## Problem to work on
Send back exactly the lines from the opening line of the records below through the one with "#174=IFCINDEXEDPOLYGONALFACE((5,7,8,6));".

The records Start Marker

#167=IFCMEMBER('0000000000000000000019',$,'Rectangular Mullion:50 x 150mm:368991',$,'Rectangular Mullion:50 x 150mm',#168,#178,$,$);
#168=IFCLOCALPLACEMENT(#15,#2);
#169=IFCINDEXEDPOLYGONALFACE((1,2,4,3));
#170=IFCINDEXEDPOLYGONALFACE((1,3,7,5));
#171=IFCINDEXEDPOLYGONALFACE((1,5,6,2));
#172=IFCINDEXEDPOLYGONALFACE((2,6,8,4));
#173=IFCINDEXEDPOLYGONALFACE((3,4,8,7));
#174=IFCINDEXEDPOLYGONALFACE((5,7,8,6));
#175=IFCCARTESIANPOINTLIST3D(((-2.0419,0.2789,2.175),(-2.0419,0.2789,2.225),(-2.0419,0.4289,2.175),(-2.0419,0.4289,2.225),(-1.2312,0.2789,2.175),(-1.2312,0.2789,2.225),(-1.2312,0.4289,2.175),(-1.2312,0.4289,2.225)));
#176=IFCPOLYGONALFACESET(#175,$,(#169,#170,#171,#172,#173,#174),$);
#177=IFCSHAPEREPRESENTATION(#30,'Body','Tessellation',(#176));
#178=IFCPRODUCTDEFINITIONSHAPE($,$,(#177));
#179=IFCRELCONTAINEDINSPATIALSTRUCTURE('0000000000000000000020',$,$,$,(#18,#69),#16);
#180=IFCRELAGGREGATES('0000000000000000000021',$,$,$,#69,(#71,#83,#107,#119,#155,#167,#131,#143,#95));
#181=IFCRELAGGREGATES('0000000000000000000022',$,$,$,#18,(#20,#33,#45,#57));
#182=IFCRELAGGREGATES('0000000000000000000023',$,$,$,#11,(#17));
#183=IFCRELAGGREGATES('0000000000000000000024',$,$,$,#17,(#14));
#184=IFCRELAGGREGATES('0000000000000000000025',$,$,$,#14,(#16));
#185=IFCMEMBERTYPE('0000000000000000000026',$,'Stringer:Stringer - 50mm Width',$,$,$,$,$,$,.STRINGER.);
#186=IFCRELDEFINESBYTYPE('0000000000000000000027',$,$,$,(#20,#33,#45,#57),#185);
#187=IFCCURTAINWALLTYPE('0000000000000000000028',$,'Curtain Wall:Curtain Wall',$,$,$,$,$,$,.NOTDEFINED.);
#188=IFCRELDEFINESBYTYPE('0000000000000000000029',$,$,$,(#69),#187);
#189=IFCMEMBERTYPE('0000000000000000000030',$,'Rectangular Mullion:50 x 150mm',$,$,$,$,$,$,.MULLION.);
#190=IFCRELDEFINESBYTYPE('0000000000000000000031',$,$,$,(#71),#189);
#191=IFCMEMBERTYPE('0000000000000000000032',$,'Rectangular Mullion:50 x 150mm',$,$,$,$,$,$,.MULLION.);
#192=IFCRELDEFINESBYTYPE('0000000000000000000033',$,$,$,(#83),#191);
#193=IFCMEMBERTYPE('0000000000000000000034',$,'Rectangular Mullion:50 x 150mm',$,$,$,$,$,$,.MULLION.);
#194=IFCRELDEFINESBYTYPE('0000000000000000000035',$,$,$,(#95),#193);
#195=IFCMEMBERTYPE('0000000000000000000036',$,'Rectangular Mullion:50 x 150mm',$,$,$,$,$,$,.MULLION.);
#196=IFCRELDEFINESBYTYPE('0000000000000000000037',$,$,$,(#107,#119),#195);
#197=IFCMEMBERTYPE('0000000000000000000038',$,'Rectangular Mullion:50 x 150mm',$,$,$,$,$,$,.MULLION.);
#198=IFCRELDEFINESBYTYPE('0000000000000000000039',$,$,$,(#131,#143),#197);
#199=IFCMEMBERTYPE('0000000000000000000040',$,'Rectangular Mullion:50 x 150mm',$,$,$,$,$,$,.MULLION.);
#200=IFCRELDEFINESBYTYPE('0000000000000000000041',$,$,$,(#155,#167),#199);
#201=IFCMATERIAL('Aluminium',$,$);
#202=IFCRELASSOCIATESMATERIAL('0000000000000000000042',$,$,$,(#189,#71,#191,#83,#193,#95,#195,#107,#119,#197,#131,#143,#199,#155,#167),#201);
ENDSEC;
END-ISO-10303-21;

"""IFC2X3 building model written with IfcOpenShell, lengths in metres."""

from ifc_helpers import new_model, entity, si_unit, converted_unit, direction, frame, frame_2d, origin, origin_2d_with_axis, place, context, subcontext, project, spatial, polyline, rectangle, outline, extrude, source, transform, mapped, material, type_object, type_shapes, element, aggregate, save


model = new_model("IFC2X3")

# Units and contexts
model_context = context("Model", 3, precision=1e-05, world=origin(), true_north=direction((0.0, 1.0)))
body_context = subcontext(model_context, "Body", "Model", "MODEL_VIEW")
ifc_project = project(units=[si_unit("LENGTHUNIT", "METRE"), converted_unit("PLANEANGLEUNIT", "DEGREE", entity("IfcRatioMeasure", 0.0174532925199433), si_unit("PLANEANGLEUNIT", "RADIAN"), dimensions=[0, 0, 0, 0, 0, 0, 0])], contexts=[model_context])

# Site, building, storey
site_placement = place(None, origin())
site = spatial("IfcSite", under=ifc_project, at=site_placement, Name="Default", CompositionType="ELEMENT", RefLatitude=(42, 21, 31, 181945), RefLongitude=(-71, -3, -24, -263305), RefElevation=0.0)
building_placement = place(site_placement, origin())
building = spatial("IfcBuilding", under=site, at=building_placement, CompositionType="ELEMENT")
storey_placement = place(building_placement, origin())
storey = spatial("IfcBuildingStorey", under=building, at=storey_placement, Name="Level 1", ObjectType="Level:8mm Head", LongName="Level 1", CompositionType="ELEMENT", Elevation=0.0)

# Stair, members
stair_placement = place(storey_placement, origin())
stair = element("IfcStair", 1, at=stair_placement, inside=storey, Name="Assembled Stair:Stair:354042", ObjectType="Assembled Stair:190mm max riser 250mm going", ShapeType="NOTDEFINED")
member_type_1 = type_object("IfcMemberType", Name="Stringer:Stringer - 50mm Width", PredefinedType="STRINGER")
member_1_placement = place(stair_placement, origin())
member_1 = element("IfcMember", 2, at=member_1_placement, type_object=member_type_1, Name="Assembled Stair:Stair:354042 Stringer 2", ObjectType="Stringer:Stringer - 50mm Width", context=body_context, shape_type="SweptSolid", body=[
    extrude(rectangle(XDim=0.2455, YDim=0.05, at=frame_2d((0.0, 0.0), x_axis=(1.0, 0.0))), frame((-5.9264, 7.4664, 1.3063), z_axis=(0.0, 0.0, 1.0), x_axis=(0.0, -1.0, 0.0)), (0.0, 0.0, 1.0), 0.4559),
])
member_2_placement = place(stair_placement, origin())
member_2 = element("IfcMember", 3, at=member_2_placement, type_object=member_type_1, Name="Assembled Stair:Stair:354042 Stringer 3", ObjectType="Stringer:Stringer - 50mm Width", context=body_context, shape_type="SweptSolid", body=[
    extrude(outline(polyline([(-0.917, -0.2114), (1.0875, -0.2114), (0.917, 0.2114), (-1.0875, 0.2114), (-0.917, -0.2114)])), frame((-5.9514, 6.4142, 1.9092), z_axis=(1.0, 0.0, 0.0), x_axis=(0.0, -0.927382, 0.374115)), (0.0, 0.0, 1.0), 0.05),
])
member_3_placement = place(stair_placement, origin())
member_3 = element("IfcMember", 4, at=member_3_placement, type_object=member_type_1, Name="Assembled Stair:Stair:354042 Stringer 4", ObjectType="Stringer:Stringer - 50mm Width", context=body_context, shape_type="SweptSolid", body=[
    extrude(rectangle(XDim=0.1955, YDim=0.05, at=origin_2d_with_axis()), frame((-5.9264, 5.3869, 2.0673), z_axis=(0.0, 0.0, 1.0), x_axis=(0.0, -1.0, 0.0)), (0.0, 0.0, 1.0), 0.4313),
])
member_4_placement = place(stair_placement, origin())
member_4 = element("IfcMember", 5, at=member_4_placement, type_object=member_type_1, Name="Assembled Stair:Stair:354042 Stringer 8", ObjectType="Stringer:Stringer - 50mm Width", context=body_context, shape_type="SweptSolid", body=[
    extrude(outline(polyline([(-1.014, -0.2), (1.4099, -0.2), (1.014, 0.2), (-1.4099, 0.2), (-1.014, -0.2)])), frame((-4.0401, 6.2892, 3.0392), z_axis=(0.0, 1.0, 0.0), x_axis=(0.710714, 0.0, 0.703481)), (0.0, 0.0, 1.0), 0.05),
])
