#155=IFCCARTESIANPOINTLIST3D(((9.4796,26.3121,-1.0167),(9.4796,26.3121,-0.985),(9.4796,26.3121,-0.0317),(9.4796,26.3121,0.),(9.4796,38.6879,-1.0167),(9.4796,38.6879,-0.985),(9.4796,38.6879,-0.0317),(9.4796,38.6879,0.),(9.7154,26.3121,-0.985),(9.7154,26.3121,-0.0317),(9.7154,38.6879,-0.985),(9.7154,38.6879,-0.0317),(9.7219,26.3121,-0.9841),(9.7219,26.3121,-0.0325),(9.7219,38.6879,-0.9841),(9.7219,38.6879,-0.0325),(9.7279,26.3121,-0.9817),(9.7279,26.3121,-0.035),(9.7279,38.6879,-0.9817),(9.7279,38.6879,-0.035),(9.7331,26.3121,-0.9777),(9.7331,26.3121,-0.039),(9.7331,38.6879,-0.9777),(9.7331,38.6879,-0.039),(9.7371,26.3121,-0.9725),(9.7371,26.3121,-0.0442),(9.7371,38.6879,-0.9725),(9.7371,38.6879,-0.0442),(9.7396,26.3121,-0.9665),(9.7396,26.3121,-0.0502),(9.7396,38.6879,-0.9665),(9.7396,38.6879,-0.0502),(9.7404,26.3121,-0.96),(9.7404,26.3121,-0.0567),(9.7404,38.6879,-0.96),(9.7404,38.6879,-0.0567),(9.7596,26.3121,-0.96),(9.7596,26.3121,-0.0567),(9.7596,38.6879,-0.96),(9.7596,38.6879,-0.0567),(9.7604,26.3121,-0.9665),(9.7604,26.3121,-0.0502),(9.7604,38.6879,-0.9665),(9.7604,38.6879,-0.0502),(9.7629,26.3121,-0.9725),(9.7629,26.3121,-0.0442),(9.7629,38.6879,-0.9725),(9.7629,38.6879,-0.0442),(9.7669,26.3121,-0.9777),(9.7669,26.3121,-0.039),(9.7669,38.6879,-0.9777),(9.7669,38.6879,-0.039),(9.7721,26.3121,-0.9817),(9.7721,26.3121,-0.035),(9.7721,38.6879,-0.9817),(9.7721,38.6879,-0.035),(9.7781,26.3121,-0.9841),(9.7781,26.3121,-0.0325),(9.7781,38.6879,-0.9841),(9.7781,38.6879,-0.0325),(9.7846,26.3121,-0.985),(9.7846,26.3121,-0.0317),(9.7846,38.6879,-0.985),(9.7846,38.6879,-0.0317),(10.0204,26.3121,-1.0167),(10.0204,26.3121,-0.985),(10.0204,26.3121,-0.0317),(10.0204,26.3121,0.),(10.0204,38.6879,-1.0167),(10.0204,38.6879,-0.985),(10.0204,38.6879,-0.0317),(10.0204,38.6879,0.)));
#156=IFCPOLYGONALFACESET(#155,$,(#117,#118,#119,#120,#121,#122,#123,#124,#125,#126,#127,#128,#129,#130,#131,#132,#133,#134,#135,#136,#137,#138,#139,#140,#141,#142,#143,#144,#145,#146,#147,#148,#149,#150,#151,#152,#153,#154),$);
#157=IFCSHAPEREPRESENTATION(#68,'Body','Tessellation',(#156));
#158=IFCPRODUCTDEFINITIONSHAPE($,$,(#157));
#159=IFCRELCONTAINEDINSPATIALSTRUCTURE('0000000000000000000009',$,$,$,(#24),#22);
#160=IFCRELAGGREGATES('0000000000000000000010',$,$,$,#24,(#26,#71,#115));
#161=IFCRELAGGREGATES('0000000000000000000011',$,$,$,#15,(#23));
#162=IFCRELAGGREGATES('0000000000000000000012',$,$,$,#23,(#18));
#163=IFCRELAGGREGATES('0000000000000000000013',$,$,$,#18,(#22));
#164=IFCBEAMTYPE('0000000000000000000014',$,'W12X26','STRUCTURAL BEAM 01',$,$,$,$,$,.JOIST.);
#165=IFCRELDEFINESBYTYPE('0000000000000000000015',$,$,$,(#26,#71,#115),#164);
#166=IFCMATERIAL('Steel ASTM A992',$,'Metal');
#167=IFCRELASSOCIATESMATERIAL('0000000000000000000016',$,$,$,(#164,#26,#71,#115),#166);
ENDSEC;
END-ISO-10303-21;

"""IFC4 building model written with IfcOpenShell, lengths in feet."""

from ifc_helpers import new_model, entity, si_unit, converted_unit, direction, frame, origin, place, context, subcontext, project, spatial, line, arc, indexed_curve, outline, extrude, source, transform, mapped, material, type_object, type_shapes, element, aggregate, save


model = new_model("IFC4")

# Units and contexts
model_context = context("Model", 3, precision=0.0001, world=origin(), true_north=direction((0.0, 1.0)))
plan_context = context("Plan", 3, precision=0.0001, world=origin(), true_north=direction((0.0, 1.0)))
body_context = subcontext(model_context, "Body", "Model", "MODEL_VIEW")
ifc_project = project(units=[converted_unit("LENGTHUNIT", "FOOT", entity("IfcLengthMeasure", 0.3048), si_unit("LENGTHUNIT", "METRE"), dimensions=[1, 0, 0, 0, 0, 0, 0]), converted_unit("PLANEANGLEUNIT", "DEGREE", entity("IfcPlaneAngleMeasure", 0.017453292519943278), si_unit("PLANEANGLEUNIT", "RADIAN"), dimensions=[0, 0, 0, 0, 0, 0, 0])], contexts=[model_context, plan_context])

The records End Marker

## Answer to the exercise
#167=IFCMEMBER('0000000000000000000019',$,'Rectangular Mullion:50 x 150mm:368991',$,'Rectangular Mullion:50 x 150mm',#168,#178,$,$);
#168=IFCLOCALPLACEMENT(#15,#2);
#169=IFCINDEXEDPOLYGONALFACE((1,2,4,3));
#170=IFCINDEXEDPOLYGONALFACE((1,3,7,5));
#171=IFCINDEXEDPOLYGONALFACE((1,5,6,2));
#172=IFCINDEXEDPOLYGONALFACE((2,6,8,4));
#173=IFCINDEXEDPOLYGONALFACE((3,4,8,7));
#174=IFCINDEXEDPOLYGONALFACE((5,7,8,6));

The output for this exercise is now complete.